==== Provided entries ====

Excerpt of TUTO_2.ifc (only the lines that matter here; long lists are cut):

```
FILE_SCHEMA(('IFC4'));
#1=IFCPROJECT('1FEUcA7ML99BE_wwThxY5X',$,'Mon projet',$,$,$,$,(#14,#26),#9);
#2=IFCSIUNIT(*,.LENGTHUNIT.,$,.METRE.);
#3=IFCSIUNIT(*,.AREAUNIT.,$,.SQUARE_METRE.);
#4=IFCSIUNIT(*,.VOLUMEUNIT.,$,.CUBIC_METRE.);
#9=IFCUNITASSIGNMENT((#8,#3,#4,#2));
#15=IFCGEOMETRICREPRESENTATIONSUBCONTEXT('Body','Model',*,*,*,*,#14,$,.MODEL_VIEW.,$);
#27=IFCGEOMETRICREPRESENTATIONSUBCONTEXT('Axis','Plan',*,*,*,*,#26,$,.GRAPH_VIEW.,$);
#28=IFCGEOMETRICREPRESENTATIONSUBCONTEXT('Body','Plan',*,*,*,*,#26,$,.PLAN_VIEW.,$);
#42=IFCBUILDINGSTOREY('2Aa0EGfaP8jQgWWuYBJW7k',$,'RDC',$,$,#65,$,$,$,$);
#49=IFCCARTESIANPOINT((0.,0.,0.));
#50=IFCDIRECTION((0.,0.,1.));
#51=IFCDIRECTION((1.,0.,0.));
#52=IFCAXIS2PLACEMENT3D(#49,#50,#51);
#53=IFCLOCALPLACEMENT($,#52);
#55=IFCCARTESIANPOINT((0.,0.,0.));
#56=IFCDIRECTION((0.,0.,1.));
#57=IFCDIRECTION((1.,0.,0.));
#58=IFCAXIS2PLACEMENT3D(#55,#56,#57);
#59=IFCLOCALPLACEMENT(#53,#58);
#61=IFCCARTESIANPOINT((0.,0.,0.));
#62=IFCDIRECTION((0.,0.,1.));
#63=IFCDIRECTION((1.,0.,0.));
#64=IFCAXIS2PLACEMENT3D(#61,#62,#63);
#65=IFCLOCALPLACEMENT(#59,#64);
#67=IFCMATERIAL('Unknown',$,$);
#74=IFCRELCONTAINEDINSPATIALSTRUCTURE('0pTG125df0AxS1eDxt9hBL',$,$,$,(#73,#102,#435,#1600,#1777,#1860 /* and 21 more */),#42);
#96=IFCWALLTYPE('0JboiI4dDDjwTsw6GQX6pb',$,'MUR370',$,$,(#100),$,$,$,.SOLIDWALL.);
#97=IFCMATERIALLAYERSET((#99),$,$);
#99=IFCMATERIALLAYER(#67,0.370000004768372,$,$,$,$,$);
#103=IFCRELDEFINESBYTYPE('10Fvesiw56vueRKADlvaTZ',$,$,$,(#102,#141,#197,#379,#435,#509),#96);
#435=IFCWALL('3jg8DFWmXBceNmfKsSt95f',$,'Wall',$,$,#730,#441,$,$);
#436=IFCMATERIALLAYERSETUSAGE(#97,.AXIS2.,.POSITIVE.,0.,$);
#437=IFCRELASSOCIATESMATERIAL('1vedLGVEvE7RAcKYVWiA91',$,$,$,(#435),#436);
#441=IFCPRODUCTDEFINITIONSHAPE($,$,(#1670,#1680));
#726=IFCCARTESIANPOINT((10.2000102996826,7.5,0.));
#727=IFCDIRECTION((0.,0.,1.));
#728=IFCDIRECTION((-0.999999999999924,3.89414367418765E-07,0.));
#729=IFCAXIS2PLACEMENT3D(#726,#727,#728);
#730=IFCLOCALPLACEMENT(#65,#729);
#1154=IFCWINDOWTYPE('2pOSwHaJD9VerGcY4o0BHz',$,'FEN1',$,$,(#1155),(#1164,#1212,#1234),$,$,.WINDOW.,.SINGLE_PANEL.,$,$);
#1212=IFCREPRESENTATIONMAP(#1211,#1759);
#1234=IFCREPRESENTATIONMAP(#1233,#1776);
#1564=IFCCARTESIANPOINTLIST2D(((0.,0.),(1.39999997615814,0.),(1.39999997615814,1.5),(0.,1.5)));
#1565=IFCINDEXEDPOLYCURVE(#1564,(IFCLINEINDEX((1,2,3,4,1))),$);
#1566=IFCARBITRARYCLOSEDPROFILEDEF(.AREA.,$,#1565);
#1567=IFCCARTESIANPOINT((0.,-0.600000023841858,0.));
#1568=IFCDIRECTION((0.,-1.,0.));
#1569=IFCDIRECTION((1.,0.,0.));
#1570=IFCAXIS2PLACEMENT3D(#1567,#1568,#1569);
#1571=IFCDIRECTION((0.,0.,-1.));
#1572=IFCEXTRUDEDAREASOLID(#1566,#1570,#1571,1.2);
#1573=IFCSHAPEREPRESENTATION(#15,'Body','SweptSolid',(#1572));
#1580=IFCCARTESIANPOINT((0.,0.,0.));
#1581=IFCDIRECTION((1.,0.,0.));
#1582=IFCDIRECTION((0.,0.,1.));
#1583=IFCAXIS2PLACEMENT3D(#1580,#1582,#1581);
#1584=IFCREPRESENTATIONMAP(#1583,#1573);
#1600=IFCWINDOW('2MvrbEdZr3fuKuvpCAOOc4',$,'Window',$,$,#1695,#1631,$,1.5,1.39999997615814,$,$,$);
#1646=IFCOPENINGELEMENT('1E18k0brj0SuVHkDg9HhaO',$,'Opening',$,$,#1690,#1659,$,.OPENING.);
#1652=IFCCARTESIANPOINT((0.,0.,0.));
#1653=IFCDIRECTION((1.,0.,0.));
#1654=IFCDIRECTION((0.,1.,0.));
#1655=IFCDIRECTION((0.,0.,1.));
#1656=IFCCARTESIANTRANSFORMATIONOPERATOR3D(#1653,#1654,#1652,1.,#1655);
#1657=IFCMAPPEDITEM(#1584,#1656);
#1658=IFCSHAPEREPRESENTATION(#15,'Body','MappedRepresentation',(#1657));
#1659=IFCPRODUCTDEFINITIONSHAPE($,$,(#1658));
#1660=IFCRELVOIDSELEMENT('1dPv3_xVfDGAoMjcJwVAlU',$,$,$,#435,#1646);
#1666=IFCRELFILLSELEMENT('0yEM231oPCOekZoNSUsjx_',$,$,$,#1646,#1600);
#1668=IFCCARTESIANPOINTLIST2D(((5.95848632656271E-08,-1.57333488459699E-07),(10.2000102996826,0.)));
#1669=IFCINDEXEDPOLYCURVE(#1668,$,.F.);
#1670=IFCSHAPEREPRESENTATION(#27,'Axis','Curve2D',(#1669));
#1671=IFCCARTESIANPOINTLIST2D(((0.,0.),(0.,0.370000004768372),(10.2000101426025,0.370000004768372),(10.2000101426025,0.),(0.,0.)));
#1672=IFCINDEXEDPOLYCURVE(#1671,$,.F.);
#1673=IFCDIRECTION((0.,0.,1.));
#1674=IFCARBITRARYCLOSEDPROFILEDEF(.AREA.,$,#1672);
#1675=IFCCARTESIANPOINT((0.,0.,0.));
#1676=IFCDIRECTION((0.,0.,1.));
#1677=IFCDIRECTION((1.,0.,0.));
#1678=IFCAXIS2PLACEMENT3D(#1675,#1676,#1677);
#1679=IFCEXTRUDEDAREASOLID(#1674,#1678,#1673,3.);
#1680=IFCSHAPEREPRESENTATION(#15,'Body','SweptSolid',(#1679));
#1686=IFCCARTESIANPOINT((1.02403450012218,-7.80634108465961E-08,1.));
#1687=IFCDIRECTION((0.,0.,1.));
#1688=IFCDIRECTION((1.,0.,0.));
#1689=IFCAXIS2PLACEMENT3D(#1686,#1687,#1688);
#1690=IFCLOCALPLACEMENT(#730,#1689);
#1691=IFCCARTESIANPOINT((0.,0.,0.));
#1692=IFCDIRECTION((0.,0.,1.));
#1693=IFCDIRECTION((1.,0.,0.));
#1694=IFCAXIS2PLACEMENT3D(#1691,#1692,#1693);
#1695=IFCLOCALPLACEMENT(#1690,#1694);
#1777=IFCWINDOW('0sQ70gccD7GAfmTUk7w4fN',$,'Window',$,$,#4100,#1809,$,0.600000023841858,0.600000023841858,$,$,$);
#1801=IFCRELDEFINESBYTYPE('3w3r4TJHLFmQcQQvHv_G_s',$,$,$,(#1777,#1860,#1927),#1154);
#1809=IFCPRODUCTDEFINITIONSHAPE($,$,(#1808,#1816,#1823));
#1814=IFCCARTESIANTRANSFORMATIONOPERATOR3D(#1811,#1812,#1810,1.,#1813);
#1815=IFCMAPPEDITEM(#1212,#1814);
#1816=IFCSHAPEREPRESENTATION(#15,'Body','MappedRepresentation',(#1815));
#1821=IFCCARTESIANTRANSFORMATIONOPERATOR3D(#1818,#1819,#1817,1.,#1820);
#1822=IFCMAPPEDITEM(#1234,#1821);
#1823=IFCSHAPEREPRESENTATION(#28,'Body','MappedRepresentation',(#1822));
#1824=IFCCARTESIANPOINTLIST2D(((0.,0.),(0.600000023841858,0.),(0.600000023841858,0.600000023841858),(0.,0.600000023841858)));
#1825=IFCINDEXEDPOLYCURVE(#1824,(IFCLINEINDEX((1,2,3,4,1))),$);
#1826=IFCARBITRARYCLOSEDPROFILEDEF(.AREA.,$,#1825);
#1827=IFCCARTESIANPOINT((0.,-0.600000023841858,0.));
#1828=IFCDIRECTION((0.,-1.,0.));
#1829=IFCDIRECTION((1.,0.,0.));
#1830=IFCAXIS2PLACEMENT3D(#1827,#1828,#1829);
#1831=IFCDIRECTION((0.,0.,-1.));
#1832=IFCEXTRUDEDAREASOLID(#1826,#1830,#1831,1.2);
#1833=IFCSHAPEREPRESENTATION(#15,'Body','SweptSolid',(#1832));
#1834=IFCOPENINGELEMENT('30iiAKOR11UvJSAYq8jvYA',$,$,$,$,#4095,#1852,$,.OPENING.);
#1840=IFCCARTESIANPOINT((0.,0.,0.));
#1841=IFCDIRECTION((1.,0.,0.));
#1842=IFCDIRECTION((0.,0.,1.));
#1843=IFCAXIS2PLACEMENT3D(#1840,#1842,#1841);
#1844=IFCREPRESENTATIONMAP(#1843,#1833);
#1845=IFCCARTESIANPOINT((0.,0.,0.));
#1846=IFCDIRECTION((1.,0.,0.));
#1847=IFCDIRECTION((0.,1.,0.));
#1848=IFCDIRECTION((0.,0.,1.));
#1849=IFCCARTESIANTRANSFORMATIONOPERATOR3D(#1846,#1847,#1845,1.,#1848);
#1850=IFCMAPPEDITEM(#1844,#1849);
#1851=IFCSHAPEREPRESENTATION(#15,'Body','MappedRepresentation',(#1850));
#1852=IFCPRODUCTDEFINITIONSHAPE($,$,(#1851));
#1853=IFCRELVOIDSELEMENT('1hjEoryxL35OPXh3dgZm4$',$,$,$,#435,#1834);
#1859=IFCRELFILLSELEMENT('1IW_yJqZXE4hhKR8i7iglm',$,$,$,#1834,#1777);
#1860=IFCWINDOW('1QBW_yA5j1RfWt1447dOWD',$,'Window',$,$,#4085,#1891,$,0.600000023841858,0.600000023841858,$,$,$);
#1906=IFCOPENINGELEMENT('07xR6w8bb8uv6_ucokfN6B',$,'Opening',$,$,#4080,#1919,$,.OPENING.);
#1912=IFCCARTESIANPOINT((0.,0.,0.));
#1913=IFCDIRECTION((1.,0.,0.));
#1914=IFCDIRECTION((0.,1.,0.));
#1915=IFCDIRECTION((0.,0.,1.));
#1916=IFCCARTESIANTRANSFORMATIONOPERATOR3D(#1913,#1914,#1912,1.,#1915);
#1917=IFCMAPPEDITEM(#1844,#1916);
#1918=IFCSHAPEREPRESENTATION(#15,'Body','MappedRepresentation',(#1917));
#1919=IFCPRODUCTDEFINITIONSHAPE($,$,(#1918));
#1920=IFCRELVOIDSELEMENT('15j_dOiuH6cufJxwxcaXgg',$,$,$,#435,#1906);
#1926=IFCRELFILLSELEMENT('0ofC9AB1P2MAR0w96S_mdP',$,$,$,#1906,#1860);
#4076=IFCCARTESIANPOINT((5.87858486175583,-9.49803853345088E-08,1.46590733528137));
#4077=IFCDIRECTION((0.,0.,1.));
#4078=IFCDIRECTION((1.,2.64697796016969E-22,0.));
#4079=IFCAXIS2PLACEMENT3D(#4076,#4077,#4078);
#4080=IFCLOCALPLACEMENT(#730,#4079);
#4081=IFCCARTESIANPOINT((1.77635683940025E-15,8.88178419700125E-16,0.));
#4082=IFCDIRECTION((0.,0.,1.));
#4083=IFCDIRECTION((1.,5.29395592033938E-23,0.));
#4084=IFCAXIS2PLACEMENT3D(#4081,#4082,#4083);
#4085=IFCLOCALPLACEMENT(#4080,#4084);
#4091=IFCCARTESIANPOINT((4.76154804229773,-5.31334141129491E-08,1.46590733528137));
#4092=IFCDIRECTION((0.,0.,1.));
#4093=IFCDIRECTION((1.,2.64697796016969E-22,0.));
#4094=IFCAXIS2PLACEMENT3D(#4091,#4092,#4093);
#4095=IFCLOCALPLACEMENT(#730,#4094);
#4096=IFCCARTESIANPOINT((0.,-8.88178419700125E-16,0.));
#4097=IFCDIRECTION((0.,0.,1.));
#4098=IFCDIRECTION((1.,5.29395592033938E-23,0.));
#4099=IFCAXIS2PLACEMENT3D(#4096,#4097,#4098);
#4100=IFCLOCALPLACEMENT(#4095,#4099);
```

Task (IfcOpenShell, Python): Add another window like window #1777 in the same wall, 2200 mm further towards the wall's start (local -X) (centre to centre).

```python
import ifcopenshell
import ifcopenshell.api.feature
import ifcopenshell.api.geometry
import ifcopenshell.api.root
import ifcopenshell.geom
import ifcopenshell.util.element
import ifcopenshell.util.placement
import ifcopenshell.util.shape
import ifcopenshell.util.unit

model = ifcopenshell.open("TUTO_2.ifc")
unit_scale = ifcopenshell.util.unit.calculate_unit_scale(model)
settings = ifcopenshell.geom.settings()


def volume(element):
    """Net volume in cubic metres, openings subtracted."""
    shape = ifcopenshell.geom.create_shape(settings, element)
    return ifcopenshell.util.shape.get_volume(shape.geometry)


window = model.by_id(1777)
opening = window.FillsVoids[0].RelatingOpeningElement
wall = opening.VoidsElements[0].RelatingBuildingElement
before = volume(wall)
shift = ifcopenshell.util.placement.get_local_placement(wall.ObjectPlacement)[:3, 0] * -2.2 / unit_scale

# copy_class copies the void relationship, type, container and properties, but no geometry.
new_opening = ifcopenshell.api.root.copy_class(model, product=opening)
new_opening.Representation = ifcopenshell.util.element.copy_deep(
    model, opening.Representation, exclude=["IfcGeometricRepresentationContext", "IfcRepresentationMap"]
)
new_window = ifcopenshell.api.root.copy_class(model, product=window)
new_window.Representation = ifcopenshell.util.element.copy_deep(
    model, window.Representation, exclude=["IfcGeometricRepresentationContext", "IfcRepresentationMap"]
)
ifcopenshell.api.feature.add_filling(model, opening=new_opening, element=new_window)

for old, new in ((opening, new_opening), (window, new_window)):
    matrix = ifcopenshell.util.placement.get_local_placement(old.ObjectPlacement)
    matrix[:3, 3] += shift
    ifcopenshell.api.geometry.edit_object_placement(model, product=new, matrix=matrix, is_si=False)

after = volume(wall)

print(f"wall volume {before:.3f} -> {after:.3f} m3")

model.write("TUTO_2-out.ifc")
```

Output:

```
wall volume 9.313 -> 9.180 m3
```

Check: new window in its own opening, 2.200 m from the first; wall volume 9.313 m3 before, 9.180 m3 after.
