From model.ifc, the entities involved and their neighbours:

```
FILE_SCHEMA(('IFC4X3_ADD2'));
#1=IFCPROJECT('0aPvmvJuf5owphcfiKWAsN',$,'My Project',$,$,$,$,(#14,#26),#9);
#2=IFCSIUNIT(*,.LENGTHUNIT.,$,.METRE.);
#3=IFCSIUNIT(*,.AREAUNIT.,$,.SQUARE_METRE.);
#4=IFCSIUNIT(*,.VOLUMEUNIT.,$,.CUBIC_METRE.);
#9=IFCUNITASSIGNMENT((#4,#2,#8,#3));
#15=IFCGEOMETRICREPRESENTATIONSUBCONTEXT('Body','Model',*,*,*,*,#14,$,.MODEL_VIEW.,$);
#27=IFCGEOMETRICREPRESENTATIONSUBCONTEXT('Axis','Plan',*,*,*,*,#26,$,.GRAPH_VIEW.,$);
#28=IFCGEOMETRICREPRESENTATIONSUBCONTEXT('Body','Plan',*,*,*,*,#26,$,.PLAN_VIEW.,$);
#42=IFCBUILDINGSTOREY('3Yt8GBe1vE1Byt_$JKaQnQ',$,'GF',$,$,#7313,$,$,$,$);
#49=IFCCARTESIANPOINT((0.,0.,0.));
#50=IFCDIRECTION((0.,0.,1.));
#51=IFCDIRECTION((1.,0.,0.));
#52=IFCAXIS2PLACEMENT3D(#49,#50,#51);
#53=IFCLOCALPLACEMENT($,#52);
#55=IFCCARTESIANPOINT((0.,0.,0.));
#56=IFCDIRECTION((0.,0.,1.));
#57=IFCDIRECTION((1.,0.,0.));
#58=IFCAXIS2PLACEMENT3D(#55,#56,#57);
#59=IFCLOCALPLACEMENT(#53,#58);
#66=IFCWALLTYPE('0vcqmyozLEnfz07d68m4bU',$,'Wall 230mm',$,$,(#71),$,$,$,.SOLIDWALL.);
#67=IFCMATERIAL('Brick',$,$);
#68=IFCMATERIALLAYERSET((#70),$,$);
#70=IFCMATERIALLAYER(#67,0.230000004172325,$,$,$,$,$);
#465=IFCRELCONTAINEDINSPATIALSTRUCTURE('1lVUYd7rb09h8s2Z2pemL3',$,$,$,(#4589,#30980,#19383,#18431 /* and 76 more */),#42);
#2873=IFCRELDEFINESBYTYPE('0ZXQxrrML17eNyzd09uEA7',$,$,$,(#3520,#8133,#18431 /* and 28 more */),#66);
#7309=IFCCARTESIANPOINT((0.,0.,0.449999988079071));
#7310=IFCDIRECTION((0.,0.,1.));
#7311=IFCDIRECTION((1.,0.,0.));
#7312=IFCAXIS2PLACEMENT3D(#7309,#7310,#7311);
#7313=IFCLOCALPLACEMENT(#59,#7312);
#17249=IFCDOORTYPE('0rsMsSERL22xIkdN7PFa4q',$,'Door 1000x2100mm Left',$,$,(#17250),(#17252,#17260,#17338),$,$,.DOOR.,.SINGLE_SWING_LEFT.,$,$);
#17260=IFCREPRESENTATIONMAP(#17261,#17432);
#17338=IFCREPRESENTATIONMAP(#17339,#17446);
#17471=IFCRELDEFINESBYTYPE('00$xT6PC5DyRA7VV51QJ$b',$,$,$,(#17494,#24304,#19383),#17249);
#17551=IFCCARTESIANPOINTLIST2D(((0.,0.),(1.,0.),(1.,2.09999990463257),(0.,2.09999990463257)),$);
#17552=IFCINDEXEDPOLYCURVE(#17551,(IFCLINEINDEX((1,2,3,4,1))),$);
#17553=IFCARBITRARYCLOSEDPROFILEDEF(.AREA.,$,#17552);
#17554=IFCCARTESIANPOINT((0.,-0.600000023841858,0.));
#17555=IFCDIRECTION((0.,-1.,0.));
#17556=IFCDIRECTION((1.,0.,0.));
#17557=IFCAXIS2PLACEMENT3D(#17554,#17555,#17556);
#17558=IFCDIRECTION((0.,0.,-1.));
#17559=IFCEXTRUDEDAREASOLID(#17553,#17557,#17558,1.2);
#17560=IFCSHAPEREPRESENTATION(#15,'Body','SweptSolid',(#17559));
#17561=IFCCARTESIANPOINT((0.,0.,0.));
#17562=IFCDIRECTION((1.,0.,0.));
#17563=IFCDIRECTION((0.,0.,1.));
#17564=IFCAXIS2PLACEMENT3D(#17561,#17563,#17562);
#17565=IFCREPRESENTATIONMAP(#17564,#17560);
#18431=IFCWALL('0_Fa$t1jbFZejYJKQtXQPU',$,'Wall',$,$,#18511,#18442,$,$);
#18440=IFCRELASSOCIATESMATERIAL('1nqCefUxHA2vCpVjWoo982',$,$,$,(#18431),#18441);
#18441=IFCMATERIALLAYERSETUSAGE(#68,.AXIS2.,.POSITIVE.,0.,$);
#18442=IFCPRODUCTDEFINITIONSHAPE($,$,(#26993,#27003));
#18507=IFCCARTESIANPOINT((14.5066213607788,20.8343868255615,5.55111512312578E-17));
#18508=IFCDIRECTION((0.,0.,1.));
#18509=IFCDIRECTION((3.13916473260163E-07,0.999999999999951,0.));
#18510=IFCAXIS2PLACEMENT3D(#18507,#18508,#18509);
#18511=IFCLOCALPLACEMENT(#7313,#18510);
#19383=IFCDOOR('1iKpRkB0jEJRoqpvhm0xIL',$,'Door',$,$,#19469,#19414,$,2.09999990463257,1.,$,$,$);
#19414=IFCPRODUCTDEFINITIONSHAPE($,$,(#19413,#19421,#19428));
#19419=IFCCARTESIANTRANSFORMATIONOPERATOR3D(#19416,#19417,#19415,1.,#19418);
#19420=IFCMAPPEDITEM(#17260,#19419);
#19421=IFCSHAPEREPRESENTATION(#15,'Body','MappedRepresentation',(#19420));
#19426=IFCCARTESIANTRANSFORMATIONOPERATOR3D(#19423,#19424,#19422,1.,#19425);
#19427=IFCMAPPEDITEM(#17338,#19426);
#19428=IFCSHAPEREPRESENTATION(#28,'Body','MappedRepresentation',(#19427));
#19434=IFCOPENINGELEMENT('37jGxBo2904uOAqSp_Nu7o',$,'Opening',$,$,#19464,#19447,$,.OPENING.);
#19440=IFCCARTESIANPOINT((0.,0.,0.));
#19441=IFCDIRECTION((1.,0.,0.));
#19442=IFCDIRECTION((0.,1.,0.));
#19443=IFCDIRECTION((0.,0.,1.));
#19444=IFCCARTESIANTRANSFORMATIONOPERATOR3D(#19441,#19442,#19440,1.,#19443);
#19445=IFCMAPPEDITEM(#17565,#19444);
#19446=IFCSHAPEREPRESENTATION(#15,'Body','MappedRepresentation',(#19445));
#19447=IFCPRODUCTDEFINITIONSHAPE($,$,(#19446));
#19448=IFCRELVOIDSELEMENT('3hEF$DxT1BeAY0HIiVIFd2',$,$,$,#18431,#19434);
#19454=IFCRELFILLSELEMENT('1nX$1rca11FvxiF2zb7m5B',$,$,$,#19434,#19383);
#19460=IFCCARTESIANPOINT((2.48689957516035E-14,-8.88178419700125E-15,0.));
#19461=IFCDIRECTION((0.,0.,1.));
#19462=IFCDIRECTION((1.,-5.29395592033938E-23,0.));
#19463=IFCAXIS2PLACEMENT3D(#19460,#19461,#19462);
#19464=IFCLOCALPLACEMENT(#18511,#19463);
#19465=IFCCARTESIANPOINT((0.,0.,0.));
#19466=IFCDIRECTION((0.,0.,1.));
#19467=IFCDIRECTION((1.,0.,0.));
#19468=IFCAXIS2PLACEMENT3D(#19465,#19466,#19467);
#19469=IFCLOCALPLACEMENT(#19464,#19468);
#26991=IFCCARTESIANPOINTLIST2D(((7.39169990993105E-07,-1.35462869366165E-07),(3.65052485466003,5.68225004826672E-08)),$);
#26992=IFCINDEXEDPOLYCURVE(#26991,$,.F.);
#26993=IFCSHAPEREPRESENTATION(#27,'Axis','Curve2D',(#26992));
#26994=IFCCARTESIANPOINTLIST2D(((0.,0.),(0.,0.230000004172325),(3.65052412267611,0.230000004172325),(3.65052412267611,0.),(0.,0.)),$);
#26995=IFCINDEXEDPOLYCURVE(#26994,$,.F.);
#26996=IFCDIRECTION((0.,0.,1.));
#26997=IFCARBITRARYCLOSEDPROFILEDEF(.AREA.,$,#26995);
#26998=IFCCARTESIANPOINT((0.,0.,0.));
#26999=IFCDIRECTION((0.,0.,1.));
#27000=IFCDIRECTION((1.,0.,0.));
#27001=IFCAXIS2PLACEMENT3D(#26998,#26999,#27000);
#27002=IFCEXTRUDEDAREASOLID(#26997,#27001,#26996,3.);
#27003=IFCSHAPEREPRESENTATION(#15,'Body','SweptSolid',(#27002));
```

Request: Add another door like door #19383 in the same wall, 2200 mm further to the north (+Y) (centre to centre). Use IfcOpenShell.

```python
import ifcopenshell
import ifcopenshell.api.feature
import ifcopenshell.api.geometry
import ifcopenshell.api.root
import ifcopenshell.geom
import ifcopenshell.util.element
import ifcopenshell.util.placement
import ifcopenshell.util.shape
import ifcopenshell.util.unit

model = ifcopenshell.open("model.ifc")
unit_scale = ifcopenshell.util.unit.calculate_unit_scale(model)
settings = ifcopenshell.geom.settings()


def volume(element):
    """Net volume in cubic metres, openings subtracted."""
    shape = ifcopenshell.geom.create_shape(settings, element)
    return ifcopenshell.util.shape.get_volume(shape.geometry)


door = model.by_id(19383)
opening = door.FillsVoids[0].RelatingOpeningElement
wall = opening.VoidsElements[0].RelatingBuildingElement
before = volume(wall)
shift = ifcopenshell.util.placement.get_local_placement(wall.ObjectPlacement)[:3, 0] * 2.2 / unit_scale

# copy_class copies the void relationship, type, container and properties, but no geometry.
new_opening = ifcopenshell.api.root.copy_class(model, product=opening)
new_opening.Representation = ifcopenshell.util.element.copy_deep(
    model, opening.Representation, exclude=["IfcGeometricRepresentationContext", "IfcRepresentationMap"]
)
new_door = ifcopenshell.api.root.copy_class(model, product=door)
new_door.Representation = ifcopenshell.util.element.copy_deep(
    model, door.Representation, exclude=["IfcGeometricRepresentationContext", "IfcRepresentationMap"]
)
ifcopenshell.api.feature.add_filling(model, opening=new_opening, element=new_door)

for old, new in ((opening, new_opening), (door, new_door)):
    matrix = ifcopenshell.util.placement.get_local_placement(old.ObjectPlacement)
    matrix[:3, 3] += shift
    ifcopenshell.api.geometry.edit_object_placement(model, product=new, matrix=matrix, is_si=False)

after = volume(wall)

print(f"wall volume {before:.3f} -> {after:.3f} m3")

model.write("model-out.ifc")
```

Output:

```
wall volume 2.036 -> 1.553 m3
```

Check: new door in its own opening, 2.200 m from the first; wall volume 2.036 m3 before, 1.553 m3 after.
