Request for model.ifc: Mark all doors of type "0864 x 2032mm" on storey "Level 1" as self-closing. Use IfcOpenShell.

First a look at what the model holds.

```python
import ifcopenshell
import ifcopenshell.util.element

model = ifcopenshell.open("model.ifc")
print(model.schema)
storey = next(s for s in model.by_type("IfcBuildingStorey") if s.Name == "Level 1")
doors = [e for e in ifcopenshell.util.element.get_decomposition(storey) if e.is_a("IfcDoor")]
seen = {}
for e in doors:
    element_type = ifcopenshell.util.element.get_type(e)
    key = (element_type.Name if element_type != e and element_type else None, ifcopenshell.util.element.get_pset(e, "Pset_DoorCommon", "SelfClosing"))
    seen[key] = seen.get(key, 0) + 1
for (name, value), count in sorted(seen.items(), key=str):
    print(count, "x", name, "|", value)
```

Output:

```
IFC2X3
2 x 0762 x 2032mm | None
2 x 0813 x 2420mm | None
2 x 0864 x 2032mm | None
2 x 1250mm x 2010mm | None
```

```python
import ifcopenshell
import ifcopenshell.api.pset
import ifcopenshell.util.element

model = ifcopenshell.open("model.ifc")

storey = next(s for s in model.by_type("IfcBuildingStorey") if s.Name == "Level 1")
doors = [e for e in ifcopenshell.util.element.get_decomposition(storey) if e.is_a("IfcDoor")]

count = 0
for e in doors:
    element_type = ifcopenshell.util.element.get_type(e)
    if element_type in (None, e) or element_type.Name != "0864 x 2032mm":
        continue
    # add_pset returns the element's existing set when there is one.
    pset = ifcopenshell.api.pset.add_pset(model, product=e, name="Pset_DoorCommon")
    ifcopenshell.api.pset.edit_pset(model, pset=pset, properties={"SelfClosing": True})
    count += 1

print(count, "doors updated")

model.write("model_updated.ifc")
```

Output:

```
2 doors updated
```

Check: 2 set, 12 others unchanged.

====

Directions for this task: When a line contains the string "IFCRELFILLSELEMENT", count that line; once every line of the records has been checked, state the count alone.

Expected output: 4